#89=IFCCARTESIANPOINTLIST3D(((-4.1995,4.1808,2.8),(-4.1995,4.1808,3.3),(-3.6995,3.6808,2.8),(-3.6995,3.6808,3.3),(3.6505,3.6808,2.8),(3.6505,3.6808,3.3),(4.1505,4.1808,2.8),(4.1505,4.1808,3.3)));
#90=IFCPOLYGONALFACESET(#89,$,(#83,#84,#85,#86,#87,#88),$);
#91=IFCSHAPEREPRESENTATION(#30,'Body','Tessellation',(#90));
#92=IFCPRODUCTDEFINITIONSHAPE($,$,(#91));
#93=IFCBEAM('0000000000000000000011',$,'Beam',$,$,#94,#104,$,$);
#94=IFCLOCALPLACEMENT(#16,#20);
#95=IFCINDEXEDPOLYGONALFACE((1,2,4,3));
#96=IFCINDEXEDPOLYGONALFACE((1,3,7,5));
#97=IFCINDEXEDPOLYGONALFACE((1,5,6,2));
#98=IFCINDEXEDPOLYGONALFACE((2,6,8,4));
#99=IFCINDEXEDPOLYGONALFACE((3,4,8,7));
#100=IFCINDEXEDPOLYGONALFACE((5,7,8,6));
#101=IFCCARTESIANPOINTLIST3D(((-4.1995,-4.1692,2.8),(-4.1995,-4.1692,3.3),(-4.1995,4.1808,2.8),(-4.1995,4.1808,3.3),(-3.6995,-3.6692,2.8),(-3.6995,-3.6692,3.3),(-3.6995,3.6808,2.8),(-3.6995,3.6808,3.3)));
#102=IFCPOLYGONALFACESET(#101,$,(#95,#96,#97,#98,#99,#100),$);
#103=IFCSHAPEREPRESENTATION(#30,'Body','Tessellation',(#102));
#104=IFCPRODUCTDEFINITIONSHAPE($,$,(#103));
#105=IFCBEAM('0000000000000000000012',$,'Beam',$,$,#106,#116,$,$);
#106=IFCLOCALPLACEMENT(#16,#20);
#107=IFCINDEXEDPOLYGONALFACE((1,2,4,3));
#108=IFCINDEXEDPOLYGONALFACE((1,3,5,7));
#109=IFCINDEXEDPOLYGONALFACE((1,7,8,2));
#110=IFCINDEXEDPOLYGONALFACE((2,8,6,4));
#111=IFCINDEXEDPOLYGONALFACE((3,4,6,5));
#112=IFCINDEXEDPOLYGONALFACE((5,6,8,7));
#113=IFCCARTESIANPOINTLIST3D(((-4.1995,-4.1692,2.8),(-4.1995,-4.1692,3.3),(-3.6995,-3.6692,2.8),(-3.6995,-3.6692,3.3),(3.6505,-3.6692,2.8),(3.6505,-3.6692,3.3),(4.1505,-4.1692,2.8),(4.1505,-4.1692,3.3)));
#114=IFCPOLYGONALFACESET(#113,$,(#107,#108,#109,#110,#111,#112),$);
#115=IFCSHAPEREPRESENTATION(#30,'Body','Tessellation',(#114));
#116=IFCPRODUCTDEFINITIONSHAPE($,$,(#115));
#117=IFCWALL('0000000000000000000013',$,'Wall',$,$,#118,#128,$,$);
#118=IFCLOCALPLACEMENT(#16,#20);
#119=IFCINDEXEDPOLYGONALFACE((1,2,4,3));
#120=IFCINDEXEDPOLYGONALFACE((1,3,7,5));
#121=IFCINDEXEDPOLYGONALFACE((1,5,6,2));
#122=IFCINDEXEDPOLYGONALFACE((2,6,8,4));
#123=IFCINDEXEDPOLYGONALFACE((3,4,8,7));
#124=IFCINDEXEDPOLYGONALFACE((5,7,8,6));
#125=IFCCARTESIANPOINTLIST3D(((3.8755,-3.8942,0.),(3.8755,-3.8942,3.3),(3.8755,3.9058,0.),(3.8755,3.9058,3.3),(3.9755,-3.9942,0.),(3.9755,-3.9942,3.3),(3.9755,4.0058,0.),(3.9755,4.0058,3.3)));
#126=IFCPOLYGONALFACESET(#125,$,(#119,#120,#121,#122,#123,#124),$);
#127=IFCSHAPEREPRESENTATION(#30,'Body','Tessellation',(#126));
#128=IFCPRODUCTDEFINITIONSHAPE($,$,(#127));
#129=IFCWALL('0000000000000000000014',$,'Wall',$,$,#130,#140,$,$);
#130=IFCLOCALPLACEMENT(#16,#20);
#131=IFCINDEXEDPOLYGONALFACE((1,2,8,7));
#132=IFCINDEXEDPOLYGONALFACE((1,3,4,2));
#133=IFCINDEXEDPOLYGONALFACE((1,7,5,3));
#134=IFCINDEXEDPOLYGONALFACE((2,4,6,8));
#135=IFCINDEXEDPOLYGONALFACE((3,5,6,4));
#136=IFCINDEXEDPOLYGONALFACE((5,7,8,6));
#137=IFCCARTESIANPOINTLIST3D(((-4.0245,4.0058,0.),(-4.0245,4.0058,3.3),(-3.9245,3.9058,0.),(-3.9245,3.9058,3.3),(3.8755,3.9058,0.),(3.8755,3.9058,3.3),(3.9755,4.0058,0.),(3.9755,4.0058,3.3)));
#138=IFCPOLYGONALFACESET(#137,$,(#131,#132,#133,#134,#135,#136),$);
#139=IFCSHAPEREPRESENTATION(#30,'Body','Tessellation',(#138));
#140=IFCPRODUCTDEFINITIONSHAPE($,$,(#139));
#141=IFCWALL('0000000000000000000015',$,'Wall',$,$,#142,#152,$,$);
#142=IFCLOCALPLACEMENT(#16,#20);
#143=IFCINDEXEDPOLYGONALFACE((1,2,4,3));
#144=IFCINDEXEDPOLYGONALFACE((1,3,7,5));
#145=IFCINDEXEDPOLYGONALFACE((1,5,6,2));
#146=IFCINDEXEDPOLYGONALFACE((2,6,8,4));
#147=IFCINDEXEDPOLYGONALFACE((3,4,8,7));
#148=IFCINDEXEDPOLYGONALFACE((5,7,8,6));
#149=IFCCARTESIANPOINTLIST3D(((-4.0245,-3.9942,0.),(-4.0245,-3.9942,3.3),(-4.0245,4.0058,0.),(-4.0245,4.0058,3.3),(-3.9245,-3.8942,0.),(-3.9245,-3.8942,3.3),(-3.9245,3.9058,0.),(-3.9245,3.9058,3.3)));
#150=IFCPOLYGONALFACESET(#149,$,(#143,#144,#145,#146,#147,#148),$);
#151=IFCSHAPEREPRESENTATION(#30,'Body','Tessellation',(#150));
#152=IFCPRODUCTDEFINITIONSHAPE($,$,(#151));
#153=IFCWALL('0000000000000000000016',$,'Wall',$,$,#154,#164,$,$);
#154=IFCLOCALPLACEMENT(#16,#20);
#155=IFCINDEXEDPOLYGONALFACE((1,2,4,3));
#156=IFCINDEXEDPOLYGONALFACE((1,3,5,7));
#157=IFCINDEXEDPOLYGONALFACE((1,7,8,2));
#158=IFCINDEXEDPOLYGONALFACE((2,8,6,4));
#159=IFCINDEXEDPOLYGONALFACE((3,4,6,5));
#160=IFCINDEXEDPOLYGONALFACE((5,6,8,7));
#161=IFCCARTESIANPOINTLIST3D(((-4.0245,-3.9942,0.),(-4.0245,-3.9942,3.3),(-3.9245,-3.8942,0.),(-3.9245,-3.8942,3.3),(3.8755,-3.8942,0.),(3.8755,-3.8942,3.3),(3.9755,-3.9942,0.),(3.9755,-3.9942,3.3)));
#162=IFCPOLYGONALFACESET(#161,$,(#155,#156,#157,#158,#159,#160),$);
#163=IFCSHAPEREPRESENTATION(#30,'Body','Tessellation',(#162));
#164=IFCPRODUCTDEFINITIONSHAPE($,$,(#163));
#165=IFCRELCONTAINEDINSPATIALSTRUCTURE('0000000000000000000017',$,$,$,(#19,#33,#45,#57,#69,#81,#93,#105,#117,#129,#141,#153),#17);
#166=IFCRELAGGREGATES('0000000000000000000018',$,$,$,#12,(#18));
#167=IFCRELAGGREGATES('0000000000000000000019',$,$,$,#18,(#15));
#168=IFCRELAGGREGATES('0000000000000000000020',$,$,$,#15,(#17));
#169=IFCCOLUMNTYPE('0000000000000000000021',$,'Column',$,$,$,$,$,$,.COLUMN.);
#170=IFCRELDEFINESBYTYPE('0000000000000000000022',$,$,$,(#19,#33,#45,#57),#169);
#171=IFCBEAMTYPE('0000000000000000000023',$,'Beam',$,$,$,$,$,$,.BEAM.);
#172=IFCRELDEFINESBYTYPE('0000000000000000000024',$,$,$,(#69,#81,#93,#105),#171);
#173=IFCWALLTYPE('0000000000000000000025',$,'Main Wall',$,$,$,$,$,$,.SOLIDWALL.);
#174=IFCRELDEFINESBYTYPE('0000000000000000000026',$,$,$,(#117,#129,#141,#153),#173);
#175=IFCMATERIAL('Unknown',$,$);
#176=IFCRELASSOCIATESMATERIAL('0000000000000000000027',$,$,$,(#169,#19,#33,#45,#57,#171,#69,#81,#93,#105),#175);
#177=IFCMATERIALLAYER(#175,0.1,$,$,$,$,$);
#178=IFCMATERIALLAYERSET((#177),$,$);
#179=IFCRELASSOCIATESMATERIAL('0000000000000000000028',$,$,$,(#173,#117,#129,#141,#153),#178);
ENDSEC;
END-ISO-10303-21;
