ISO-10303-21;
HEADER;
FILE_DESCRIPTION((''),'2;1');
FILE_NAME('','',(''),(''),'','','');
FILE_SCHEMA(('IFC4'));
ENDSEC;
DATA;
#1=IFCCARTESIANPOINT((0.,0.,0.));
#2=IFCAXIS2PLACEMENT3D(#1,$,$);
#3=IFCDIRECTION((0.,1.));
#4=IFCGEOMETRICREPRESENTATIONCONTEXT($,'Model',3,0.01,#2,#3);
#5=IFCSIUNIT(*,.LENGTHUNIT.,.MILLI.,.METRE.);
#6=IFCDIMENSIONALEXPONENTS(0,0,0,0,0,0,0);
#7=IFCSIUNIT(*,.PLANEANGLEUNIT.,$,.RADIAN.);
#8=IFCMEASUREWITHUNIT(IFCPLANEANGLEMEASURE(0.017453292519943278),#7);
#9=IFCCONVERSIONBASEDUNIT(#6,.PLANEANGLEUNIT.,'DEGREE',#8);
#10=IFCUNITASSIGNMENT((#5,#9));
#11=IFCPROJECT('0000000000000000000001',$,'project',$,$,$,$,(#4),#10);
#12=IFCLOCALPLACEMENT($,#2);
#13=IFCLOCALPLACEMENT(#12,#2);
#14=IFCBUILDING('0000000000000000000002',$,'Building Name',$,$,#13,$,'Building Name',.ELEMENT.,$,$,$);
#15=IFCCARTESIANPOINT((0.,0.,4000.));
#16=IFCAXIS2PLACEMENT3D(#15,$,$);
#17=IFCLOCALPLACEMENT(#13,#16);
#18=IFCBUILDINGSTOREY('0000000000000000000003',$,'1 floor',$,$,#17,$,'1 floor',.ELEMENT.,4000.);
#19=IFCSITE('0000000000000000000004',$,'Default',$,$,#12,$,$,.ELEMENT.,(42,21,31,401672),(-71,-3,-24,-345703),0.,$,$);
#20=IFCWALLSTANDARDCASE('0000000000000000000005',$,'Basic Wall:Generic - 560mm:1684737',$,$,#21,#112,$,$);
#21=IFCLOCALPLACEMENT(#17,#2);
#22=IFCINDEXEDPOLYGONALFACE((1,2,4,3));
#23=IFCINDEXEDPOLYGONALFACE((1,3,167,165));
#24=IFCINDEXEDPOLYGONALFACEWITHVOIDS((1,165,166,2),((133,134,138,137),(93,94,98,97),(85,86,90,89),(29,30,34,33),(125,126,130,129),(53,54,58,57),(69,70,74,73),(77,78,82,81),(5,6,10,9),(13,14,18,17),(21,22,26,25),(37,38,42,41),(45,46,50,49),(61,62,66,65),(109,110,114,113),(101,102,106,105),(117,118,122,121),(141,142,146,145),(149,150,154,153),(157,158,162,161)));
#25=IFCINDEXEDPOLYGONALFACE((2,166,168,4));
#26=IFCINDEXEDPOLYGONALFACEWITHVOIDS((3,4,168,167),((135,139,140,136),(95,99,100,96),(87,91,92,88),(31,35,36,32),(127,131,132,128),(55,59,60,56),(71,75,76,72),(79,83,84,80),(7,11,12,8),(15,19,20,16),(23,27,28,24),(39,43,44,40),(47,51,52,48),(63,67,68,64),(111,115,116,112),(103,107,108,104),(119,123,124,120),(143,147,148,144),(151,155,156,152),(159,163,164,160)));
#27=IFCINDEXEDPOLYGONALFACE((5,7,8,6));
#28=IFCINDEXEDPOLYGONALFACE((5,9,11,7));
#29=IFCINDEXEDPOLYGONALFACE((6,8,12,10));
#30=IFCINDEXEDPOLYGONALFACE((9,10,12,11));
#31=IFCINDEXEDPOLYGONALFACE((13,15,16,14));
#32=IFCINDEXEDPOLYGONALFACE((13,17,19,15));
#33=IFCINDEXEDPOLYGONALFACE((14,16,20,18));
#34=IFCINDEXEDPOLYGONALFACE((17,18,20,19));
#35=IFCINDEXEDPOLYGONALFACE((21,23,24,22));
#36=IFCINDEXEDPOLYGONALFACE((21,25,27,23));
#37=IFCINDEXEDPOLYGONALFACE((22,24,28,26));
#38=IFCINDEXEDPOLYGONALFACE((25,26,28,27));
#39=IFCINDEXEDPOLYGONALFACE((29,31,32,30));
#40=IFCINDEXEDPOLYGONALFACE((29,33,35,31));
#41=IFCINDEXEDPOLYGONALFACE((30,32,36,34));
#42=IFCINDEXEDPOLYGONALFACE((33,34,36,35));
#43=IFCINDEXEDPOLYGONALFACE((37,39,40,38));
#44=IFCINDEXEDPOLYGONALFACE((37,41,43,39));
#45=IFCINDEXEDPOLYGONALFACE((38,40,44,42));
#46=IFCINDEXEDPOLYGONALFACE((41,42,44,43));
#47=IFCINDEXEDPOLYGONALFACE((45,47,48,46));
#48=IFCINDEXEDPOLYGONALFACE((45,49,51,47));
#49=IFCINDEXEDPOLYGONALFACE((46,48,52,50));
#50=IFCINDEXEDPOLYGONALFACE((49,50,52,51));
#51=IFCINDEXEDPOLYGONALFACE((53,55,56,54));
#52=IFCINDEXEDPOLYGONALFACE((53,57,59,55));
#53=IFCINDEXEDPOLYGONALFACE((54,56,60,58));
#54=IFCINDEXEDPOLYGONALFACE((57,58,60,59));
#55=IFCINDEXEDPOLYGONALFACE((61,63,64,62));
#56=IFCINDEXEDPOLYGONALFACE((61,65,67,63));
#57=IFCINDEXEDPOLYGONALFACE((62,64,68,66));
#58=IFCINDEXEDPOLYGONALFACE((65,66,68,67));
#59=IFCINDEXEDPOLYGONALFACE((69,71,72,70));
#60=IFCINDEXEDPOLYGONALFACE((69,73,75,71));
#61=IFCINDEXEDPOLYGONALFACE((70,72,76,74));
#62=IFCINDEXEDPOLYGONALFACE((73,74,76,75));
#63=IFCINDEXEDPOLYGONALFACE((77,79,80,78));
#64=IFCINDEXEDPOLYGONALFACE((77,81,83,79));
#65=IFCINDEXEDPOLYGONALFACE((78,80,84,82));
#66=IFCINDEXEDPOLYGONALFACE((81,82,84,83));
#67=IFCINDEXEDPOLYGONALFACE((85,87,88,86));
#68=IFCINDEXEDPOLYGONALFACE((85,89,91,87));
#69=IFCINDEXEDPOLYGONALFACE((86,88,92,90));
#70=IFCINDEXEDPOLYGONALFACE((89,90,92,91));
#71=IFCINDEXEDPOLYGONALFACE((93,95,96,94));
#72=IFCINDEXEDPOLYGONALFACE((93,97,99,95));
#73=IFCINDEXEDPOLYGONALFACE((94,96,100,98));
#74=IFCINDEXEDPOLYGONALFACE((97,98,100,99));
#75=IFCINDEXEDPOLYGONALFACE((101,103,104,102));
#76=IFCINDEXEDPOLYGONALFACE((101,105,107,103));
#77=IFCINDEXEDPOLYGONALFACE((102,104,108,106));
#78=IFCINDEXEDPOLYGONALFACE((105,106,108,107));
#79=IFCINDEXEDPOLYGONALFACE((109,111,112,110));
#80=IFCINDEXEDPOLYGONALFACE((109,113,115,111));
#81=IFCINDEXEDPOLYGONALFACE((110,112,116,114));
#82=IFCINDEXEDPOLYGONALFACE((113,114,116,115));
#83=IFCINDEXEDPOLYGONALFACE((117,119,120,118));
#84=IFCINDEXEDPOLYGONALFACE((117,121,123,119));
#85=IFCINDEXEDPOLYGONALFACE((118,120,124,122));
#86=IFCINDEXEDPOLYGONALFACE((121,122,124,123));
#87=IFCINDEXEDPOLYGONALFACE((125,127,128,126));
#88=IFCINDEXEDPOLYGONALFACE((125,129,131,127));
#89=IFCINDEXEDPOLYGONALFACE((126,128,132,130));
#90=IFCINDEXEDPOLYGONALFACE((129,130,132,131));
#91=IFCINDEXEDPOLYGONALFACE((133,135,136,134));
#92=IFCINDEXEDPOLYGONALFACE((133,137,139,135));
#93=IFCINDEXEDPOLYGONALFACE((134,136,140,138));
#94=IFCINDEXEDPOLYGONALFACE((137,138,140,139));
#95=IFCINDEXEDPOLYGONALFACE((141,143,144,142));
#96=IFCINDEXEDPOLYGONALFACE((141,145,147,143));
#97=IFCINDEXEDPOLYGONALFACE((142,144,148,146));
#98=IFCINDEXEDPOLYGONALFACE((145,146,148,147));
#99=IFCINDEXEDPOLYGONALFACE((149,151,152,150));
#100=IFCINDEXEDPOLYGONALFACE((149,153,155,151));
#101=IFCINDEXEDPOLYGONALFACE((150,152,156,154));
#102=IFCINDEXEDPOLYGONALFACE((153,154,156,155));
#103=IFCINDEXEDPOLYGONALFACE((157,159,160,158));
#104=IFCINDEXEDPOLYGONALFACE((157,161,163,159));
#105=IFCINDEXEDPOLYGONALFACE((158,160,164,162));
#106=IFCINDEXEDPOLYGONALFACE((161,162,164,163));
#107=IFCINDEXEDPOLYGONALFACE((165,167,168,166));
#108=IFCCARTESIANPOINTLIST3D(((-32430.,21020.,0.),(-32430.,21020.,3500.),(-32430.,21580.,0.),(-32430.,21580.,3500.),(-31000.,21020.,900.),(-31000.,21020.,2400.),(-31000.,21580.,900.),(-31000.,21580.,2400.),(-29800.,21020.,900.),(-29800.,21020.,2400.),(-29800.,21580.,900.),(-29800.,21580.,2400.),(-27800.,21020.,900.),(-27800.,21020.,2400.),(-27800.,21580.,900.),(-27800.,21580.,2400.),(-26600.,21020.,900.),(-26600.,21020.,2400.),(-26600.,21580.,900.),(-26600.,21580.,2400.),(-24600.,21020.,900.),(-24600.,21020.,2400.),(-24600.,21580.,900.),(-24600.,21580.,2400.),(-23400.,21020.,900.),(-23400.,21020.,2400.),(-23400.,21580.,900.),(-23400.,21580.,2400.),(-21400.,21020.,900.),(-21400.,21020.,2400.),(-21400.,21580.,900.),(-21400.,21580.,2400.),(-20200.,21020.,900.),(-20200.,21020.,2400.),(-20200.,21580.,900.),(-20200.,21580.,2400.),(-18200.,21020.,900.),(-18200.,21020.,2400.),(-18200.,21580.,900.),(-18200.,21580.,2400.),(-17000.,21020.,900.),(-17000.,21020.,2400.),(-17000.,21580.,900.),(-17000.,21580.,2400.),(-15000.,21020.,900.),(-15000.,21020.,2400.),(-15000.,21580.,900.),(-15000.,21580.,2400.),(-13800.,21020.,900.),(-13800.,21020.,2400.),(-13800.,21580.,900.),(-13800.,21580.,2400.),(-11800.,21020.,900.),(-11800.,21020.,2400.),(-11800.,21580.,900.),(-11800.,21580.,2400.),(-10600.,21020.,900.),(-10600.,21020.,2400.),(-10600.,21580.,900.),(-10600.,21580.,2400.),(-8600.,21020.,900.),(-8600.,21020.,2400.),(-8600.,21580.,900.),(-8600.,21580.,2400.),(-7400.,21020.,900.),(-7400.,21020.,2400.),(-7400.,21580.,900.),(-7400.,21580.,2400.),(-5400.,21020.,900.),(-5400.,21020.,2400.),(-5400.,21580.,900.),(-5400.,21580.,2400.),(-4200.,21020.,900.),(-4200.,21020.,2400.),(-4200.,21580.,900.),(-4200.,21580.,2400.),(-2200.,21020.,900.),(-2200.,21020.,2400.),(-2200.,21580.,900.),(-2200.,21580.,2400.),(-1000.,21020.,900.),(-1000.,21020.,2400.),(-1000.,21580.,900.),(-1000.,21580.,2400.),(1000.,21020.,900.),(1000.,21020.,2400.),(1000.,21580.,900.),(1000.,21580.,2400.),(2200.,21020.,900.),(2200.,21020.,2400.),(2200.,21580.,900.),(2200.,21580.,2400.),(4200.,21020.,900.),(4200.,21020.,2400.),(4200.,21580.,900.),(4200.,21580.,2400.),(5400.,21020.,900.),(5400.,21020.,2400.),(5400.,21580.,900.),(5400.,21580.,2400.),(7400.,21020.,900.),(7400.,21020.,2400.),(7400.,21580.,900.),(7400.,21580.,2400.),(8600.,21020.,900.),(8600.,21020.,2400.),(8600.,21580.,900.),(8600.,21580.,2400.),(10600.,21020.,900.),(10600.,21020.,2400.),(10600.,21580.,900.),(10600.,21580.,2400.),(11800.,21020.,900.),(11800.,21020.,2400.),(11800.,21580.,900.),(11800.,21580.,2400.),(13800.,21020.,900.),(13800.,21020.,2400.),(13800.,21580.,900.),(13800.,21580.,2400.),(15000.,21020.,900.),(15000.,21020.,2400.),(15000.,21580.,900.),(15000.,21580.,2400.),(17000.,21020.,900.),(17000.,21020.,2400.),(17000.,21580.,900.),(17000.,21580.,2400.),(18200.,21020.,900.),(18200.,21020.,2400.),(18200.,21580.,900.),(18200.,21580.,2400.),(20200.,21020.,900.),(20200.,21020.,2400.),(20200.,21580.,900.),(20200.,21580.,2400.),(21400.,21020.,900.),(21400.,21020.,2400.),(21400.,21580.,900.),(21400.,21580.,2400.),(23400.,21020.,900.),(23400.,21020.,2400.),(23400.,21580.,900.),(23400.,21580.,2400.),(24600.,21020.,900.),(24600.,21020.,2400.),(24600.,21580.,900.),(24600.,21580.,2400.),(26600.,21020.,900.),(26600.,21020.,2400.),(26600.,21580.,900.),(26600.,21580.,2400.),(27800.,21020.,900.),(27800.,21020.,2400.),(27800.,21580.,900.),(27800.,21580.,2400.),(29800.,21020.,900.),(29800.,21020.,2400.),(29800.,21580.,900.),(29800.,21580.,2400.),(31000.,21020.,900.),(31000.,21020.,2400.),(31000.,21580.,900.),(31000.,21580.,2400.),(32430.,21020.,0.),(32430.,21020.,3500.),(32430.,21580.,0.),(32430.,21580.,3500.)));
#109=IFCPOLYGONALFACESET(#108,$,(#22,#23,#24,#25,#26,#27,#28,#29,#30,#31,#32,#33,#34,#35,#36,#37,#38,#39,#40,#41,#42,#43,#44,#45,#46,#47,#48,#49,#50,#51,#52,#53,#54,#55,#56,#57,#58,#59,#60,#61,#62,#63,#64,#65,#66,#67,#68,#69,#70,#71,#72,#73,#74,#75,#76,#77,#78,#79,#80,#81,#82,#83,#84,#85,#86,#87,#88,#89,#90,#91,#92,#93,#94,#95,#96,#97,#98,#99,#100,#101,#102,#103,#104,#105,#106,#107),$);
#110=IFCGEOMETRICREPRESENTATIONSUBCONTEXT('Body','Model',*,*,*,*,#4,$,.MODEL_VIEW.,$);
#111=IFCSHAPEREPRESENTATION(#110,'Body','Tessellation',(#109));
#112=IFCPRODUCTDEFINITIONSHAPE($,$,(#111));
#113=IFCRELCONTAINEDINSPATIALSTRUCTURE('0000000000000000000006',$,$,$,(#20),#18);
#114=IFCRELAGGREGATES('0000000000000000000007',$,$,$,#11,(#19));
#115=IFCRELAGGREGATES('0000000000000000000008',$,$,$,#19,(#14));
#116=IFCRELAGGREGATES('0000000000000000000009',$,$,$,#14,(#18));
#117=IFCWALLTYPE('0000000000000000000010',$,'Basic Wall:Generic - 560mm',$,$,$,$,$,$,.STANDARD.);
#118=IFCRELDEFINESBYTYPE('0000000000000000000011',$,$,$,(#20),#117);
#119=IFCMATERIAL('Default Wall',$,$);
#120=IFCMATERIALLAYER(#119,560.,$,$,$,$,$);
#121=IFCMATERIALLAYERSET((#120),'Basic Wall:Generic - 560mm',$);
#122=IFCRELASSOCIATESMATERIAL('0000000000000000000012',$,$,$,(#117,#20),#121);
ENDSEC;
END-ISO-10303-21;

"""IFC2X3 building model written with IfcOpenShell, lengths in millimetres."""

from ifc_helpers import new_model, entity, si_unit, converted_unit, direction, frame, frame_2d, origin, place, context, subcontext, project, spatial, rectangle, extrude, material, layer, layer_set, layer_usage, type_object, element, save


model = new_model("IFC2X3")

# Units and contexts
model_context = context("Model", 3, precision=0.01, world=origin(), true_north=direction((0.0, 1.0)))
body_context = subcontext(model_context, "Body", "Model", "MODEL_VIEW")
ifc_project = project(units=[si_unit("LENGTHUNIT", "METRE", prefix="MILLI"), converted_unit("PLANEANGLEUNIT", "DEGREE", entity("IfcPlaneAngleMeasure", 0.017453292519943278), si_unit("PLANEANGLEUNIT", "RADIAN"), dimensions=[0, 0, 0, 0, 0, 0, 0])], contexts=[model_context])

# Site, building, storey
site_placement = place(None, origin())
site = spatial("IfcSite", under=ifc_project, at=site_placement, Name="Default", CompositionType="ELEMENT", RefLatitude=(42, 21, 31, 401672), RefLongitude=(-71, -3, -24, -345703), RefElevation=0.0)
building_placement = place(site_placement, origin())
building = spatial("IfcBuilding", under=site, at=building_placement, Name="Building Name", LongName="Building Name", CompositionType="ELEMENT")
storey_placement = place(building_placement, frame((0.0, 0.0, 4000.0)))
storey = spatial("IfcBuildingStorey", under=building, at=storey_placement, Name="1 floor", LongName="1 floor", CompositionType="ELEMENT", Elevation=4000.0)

- **TASK TO CARRY OUT**:
Reproduce every line of the entries above, unchanged, from the very first one down to and including the line containing "#104=IFCPRODUCTDEFINITIONSHAPE($,$,(#103));".

- **WRITTEN ANSWER**:
#89=IFCCARTESIANPOINTLIST3D(((-4.1995,4.1808,2.8),(-4.1995,4.1808,3.3),(-3.6995,3.6808,2.8),(-3.6995,3.6808,3.3),(3.6505,3.6808,2.8),(3.6505,3.6808,3.3),(4.1505,4.1808,2.8),(4.1505,4.1808,3.3)));
#90=IFCPOLYGONALFACESET(#89,$,(#83,#84,#85,#86,#87,#88),$);
#91=IFCSHAPEREPRESENTATION(#30,'Body','Tessellation',(#90));
#92=IFCPRODUCTDEFINITIONSHAPE($,$,(#91));
#93=IFCBEAM('0000000000000000000011',$,'Beam',$,$,#94,#104,$,$);
#94=IFCLOCALPLACEMENT(#16,#20);
#95=IFCINDEXEDPOLYGONALFACE((1,2,4,3));
#96=IFCINDEXEDPOLYGONALFACE((1,3,7,5));
#97=IFCINDEXEDPOLYGONALFACE((1,5,6,2));
#98=IFCINDEXEDPOLYGONALFACE((2,6,8,4));
#99=IFCINDEXEDPOLYGONALFACE((3,4,8,7));
#100=IFCINDEXEDPOLYGONALFACE((5,7,8,6));
#101=IFCCARTESIANPOINTLIST3D(((-4.1995,-4.1692,2.8),(-4.1995,-4.1692,3.3),(-4.1995,4.1808,2.8),(-4.1995,4.1808,3.3),(-3.6995,-3.6692,2.8),(-3.6995,-3.6692,3.3),(-3.6995,3.6808,2.8),(-3.6995,3.6808,3.3)));
#102=IFCPOLYGONALFACESET(#101,$,(#95,#96,#97,#98,#99,#100),$);
#103=IFCSHAPEREPRESENTATION(#30,'Body','Tessellation',(#102));
#104=IFCPRODUCTDEFINITIONSHAPE($,$,(#103));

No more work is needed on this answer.